Anxiety in Children

Child & Teen Anxiety

What a childhood anxiety evaluation actually looks like

Booking an anxiety evaluation for an anxious kid feels almost ironic. The thing you are trying to help is the same thing that is making the appointment feel unbearable. Here is what actually happens at one, written so you (and they) can walk in knowing what to expect.

Booking an anxiety evaluation for an anxious kid feels almost ironic. The thing you are trying to help is the same thing that is making the appointment feel unbearable.

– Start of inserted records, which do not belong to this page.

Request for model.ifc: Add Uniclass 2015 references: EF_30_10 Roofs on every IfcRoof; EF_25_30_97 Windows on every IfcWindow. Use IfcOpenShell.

First a look at what the model holds.

```python
import ifcopenshell

model = ifcopenshell.open("model.ifc")
print(model.schema)
print("classifications:", [c.Name for c in model.by_type("IfcClassification")])
for ifc_class in ("IfcDoor", "IfcRoof", "IfcStair", "IfcWall", "IfcWindow"):
    print(ifc_class, len(model.by_type(ifc_class)))
```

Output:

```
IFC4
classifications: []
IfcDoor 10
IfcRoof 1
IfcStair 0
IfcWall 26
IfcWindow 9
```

```python
import ifcopenshell
import ifcopenshell.api.classification

model = ifcopenshell.open("model.ifc")

system = ifcopenshell.api.classification.add_classification(model, classification="Uniclass 2015")

codes = {
    "IfcRoof": ("EF_30_10", "Roofs"),
    "IfcWindow": ("EF_25_30_97", "Windows"),
}
for ifc_class, (code, name) in codes.items():
    products = model.by_type(ifc_class)
    ifcopenshell.api.classification.add_reference(
        model, products=products, classification=system, identification=code, name=name
    )
    print(code, len(products))

model.write("model_updated.ifc")
```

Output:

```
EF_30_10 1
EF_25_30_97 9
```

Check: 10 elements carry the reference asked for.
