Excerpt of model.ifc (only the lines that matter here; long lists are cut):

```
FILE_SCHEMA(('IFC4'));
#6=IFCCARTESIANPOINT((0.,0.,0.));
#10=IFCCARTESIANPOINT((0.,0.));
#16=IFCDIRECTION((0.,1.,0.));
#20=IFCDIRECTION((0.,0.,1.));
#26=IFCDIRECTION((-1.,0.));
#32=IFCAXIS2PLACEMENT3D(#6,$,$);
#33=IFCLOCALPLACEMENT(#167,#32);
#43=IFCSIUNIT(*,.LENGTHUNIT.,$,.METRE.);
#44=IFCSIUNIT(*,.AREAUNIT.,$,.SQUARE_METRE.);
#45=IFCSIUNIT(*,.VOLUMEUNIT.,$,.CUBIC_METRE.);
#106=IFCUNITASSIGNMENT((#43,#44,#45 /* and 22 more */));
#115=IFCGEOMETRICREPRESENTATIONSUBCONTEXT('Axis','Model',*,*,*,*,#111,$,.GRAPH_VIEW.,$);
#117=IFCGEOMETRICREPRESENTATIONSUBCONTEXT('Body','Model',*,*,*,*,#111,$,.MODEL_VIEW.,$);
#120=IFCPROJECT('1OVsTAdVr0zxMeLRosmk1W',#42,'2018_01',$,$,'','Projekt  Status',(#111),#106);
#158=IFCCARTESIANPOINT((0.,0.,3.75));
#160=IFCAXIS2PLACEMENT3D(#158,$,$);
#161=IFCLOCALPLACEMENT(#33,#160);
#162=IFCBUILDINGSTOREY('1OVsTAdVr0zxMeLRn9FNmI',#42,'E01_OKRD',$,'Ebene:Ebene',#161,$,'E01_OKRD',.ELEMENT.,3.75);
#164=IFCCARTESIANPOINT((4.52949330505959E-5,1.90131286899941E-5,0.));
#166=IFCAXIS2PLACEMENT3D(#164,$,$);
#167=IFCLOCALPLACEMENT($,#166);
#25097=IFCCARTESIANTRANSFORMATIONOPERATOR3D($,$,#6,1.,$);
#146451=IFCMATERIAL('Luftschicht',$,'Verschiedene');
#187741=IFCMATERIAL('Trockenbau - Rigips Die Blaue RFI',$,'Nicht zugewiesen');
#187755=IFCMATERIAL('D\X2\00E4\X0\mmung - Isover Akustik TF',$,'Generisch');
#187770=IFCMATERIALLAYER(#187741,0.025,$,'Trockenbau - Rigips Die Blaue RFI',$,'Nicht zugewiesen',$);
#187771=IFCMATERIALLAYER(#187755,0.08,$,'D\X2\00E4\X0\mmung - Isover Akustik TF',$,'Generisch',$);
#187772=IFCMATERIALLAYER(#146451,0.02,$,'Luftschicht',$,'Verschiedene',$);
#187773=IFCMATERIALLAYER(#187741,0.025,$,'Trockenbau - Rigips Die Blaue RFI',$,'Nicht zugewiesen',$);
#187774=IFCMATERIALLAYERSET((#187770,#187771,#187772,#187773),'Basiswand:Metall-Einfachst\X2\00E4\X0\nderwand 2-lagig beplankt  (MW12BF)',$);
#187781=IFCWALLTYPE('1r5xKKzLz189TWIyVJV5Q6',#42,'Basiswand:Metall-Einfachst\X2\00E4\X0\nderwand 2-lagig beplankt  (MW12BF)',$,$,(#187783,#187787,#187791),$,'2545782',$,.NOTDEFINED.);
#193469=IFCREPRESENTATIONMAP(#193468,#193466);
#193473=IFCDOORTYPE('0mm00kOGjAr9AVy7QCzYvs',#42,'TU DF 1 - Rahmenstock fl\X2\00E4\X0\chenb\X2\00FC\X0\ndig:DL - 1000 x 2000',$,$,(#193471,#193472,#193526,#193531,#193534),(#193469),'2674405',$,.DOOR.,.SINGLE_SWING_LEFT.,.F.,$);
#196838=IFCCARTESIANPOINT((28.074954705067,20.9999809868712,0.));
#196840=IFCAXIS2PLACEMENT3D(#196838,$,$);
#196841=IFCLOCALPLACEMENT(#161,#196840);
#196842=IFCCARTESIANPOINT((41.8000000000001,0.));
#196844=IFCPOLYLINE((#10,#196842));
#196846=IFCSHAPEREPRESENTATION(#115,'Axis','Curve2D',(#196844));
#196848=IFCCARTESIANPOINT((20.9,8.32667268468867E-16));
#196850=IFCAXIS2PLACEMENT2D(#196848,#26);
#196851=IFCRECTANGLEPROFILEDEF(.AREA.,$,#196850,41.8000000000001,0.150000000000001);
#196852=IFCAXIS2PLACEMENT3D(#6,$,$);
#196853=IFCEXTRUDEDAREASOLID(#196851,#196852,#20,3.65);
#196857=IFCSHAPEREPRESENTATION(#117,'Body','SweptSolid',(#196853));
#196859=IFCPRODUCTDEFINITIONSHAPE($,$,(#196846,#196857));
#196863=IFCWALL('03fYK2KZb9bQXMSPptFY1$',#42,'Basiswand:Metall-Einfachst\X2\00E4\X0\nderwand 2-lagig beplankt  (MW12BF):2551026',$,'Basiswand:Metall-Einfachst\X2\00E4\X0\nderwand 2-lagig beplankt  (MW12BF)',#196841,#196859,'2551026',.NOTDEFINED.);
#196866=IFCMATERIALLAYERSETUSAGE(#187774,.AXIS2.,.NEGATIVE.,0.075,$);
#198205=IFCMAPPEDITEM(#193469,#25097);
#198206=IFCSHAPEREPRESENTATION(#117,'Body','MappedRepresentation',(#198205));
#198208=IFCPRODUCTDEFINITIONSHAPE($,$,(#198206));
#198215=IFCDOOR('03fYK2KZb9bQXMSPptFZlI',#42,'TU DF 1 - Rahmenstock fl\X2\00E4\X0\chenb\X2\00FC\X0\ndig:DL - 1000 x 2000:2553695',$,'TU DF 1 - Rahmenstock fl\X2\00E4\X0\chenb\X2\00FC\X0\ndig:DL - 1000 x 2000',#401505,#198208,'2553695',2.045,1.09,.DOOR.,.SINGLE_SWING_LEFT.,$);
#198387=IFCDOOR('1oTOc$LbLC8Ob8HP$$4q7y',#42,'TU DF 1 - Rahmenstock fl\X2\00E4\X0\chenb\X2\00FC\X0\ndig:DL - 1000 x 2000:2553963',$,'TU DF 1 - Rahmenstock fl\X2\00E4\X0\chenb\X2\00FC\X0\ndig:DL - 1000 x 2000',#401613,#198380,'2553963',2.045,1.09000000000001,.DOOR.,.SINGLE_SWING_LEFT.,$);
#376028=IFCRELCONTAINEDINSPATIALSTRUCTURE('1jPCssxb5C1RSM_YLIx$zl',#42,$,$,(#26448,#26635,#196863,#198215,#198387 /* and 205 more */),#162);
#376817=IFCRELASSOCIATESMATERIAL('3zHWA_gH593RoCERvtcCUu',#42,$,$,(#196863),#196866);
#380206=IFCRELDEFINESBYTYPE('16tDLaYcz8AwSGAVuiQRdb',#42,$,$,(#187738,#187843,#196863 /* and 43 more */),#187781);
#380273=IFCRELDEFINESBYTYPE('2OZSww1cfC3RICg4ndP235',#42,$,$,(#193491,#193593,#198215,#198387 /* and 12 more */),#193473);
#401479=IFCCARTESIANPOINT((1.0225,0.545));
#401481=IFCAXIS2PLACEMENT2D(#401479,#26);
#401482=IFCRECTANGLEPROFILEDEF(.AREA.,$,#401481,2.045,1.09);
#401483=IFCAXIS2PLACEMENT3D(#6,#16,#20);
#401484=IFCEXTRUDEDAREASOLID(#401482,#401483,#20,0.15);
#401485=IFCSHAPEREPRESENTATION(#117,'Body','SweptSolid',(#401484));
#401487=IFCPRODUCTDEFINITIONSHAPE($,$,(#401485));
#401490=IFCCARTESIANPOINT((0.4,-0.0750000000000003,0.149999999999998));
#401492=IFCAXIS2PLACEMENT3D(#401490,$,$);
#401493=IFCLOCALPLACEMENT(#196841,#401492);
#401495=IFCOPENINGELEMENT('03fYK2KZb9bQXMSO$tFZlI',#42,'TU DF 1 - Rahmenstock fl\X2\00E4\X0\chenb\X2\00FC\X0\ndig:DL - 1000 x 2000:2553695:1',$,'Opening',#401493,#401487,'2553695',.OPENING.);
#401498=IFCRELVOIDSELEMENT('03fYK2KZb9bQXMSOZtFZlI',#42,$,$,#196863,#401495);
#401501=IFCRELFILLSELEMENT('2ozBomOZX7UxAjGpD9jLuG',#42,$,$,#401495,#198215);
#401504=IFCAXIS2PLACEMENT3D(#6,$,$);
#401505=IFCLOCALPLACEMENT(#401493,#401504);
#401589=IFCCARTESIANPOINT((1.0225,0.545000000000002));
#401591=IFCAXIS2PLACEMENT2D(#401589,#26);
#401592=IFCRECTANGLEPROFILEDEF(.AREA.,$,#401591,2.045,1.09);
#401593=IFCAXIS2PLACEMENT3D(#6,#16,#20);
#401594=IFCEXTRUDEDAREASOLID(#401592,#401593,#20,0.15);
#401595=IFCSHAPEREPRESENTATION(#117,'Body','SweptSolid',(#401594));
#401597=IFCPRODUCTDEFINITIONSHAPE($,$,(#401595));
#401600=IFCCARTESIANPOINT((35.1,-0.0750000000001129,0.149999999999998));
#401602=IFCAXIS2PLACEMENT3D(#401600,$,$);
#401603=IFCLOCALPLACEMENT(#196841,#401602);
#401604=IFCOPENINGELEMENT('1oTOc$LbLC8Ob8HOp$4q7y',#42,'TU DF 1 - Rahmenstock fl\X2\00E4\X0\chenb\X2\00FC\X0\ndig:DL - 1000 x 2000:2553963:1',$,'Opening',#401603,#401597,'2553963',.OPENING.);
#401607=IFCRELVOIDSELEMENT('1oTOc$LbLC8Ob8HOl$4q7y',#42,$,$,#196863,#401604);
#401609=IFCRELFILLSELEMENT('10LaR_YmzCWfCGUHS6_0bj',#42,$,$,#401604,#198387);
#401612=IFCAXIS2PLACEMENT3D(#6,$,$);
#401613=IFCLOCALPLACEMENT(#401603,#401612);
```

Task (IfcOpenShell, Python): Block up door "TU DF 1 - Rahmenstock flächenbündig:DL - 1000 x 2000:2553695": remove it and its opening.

```python
import ifcopenshell
import ifcopenshell.api.feature
import ifcopenshell.api.root
import ifcopenshell.geom
import ifcopenshell.util.shape

model = ifcopenshell.open("model.ifc")
settings = ifcopenshell.geom.settings()


def volume(element):
    """Net volume in cubic metres, openings subtracted."""
    shape = ifcopenshell.geom.create_shape(settings, element)
    return ifcopenshell.util.shape.get_volume(shape.geometry)


door = model.by_id(198215)
opening = door.FillsVoids[0].RelatingOpeningElement
wall = opening.VoidsElements[0].RelatingBuildingElement
before = volume(wall)

ifcopenshell.api.root.remove_product(model, product=door)
ifcopenshell.api.feature.remove_feature(model, feature=opening)

after = volume(wall)

print(f"wall volume {before:.3f} -> {after:.3f} m3")

model.write("model_v2.ifc")
```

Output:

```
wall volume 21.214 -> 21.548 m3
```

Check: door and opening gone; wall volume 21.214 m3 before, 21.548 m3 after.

The good news: most pediatric anxiety evaluations are gentler and faster than parents expect. Here is what actually happens, in the order it happens, so you (and your kid) can walk in knowing what is coming.

Before you go

Most clinics send you a packet of forms one to two weeks before the visit. The most useful pieces:

Anxiety rating scales. Often the SCARED (Screen for Child Anxiety Related Emotional Disorders) or the MASC (Multidimensional Anxiety Scale for Children). One version for you, one for your child to fill out themselves (around age 8 and up). These are not trick questions. Answer honestly even if your kid would protest about being “labeled.”

Developmental history. Pregnancy, milestones, sleep history, medical issues, family history of anxiety or depression. The clinician uses this to spot anything that might explain the symptoms (sleep issues and untreated medical conditions can mimic anxiety) and to look for genetic patterns. About 30 to 40% of pediatric anxiety has a family component.

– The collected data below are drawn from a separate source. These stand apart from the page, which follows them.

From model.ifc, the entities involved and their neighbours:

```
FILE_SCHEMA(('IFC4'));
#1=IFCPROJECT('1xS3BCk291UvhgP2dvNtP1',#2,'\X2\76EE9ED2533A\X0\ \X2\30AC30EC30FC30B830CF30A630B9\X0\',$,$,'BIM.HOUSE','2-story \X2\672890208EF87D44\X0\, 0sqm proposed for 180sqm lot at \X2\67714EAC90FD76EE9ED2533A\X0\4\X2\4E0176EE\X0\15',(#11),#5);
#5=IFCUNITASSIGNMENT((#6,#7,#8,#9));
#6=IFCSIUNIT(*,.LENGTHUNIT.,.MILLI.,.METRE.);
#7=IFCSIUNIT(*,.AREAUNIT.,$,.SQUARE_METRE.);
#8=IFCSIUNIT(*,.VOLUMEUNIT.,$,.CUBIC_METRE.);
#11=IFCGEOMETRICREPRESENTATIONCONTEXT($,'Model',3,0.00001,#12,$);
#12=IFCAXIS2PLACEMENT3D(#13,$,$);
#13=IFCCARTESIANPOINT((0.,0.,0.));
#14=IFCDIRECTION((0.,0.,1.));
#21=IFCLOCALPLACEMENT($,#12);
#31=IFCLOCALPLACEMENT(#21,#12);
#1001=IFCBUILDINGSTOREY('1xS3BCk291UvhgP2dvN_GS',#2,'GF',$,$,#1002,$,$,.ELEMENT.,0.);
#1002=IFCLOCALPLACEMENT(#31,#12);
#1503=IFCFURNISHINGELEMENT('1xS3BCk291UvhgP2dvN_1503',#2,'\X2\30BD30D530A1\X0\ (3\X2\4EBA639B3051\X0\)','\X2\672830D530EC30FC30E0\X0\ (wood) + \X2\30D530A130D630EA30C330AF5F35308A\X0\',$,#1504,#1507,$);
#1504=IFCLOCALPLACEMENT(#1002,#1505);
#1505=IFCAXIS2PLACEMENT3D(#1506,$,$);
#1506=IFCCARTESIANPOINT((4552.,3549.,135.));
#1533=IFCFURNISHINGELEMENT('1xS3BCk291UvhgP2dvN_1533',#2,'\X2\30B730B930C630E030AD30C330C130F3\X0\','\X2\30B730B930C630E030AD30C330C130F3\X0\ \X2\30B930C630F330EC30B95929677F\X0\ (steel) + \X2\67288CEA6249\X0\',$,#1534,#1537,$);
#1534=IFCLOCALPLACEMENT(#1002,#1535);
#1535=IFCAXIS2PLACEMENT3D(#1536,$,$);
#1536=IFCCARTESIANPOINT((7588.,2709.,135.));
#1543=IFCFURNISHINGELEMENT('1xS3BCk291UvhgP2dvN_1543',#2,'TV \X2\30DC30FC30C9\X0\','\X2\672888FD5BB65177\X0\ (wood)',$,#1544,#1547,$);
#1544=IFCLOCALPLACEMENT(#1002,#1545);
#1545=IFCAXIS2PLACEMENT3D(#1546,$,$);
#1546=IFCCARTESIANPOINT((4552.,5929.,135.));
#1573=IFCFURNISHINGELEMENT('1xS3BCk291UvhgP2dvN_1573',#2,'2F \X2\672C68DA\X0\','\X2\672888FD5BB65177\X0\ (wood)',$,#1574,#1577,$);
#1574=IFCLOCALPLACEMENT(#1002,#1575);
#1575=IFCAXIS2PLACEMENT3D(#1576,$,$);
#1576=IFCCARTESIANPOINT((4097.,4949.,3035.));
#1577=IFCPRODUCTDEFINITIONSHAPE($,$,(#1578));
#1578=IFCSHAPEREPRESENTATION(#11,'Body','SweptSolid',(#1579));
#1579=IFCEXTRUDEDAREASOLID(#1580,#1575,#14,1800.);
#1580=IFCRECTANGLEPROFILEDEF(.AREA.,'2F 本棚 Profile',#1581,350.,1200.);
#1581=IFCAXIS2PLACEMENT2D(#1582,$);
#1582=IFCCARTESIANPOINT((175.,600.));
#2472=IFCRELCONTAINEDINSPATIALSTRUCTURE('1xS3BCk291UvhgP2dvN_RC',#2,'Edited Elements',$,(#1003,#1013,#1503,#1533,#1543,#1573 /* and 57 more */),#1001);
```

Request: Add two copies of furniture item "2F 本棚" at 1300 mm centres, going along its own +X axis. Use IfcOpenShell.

```python
import ifcopenshell
import ifcopenshell.api.geometry
import ifcopenshell.api.root
import ifcopenshell.util.element
import ifcopenshell.util.placement

model = ifcopenshell.open("model.ifc")


def reuse_history(source, copy):
    """copy_class also copies each property set's owner history, people and application; keep the originals."""
    for rel in copy.IsDefinedBy:
        if rel.is_a("IfcRelDefinesByProperties") and (history := rel.RelatingPropertyDefinition.OwnerHistory):
            rel.RelatingPropertyDefinition.OwnerHistory = source.OwnerHistory
            ifcopenshell.util.element.remove_deep2(model, history)


source = model.by_guid("1xS3BCk291UvhgP2dvN_1573")
base = ifcopenshell.util.placement.get_local_placement(source.ObjectPlacement)
step = base[:3, 0] * 1300.0

for i in range(1, 3):
    copy = ifcopenshell.api.root.copy_class(model, product=source)
    copy.Representation = ifcopenshell.util.element.copy_deep(
        model, source.Representation, exclude=["IfcGeometricRepresentationContext", "IfcRepresentationMap"]
    )
    reuse_history(source, copy)
    matrix = base.copy()
    matrix[:3, 3] += i * step
    print("added at", matrix[:3, 3].round(3) + 0.0)
    ifcopenshell.api.geometry.edit_object_placement(model, product=copy, matrix=matrix, is_si=False)

model.write("model_updated.ifc")
```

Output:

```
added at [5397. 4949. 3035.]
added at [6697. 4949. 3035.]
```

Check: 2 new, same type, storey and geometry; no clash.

A symptom timeline. When did the worry first show up? What did it look like? What changed at home, at school, in the family in the months before? You don’t need to write a novel. Three to five sentences is plenty. Bring it.

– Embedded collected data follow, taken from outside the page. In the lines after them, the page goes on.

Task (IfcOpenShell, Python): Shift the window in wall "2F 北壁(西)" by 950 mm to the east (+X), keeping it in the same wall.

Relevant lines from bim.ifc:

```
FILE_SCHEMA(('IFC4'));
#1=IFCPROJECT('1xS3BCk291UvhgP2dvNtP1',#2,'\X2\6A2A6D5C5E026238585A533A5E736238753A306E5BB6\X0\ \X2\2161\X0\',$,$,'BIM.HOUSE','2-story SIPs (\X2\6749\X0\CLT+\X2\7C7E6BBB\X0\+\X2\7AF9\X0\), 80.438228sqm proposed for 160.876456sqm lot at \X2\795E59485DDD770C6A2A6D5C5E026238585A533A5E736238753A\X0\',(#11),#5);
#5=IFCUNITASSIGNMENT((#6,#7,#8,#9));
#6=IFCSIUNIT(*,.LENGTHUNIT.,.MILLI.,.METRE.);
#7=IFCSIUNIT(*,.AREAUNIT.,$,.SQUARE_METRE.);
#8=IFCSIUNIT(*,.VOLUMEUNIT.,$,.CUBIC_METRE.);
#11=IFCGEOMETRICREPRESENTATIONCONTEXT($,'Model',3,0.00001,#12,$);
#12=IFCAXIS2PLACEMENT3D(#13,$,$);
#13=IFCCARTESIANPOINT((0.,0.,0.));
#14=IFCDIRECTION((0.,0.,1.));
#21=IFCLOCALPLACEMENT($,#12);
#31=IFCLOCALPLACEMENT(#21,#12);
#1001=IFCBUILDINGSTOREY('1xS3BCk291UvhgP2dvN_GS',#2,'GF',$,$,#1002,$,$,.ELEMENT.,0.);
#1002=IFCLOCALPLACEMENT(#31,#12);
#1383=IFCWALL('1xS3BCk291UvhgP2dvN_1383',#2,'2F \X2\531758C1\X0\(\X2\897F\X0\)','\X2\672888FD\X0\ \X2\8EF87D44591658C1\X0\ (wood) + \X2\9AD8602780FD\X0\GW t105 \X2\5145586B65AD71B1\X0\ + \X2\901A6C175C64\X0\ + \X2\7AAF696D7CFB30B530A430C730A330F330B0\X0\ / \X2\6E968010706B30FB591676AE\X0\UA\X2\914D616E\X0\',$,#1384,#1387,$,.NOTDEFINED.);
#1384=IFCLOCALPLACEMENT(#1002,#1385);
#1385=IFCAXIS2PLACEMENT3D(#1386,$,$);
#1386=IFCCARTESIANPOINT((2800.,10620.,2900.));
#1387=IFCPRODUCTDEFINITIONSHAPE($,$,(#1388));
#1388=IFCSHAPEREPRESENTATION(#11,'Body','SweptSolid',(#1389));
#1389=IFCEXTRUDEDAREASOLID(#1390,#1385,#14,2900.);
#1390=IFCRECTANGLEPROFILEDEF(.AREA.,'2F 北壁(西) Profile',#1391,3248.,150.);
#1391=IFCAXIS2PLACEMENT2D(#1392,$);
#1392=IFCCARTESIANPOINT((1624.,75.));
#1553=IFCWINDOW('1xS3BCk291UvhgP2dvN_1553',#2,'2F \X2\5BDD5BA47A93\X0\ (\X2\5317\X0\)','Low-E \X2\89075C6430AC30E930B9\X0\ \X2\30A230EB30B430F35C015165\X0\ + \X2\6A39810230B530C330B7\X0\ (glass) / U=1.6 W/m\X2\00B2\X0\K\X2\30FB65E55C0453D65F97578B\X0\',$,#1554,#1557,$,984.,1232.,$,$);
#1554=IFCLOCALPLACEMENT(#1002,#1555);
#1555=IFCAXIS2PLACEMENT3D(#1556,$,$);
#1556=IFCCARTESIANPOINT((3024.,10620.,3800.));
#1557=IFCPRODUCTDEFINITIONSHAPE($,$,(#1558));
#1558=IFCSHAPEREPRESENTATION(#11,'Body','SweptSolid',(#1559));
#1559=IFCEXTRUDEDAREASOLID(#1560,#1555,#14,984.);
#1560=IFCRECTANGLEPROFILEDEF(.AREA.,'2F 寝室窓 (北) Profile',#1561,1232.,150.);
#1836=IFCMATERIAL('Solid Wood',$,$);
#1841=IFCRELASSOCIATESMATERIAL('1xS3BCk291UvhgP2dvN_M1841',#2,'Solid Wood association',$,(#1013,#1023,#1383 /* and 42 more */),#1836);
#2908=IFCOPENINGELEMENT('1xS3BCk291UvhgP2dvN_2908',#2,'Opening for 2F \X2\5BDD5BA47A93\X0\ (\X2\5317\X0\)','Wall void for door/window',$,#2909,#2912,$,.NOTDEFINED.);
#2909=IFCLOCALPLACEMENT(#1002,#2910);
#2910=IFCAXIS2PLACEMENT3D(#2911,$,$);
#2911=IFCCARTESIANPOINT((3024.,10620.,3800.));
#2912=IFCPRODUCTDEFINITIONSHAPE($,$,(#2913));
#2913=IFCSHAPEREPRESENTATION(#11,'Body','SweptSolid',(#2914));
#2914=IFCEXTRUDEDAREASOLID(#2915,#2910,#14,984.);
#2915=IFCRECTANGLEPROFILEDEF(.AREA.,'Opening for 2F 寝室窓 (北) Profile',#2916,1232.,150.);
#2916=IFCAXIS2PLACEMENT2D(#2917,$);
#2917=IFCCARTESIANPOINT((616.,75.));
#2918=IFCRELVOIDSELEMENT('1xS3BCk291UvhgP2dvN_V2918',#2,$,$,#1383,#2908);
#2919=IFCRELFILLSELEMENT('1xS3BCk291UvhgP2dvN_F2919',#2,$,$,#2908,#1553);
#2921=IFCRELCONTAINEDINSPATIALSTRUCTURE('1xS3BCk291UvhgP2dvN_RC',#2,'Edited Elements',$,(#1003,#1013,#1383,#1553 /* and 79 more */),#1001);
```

```python
import ifcopenshell
import ifcopenshell.api.geometry
import ifcopenshell.util.placement

model = ifcopenshell.open("bim.ifc")

window = model.by_guid("1xS3BCk291UvhgP2dvN_1553")
opening = window.FillsVoids[0].RelatingOpeningElement
wall = opening.VoidsElements[0].RelatingBuildingElement

wall_matrix = ifcopenshell.util.placement.get_local_placement(wall.ObjectPlacement)
shift = wall_matrix[:3, 0] * 950.0
before = ifcopenshell.util.placement.get_local_placement(window.ObjectPlacement)[:3, 3].copy()

# The window is not placed relative to its opening, so move both.
for product in (opening, window):
    matrix = ifcopenshell.util.placement.get_local_placement(product.ObjectPlacement)
    matrix[:3, 3] += shift
    ifcopenshell.api.geometry.edit_object_placement(model, product=product, matrix=matrix, is_si=False)

after = ifcopenshell.util.placement.get_local_placement(window.ObjectPlacement)[:3, 3]
print("window moved by", (after - before).round(3) + 0.0)

model.write("bim-out.ifc")
```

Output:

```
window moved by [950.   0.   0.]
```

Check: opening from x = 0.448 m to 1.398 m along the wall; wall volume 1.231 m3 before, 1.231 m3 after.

Optional but helpful. A short note from the teacher, especially if your child is anxious at school. Not all clinicians ask. It helps.

How to prep your kid (without making it worse)

A few moves that help:

  • Tell them step by step what is going to happen. Where you are going, who will be there, how long, what comes after. Anxious kids do better with predictability.
  • Use language they understand. “We’re going to talk to a person whose job is helping kids feel less worried” lands better than “We’re going to a psychiatrist.”
  • Don’t over-rehearse. A quick conversation the night before is enough. Drilling them in the car will spike anxiety on the way in.
  • Bring a comfort object. A stuffed animal, a fidget, a book they love. This is normal and clinicians expect it.
  • Plan something pleasant for after. Ice cream, the park, a movie at home. Gives the day an arc that doesn’t end at the doctor’s office.

At the visit

Most evaluations run 60 to 90 minutes.

First half: parents alone. The clinician walks through the developmental history, the symptom timeline, and the rating scales with you. They will ask things like: when does the worry show up, what makes it bigger, what makes it smaller, what is your child avoiding, how is sleep, how is eating, what does the morning look like, what does bedtime look like. They are trying to map the shape of the anxiety and rule out other things that look similar (depression, trauma, ADHD, sleep disorders).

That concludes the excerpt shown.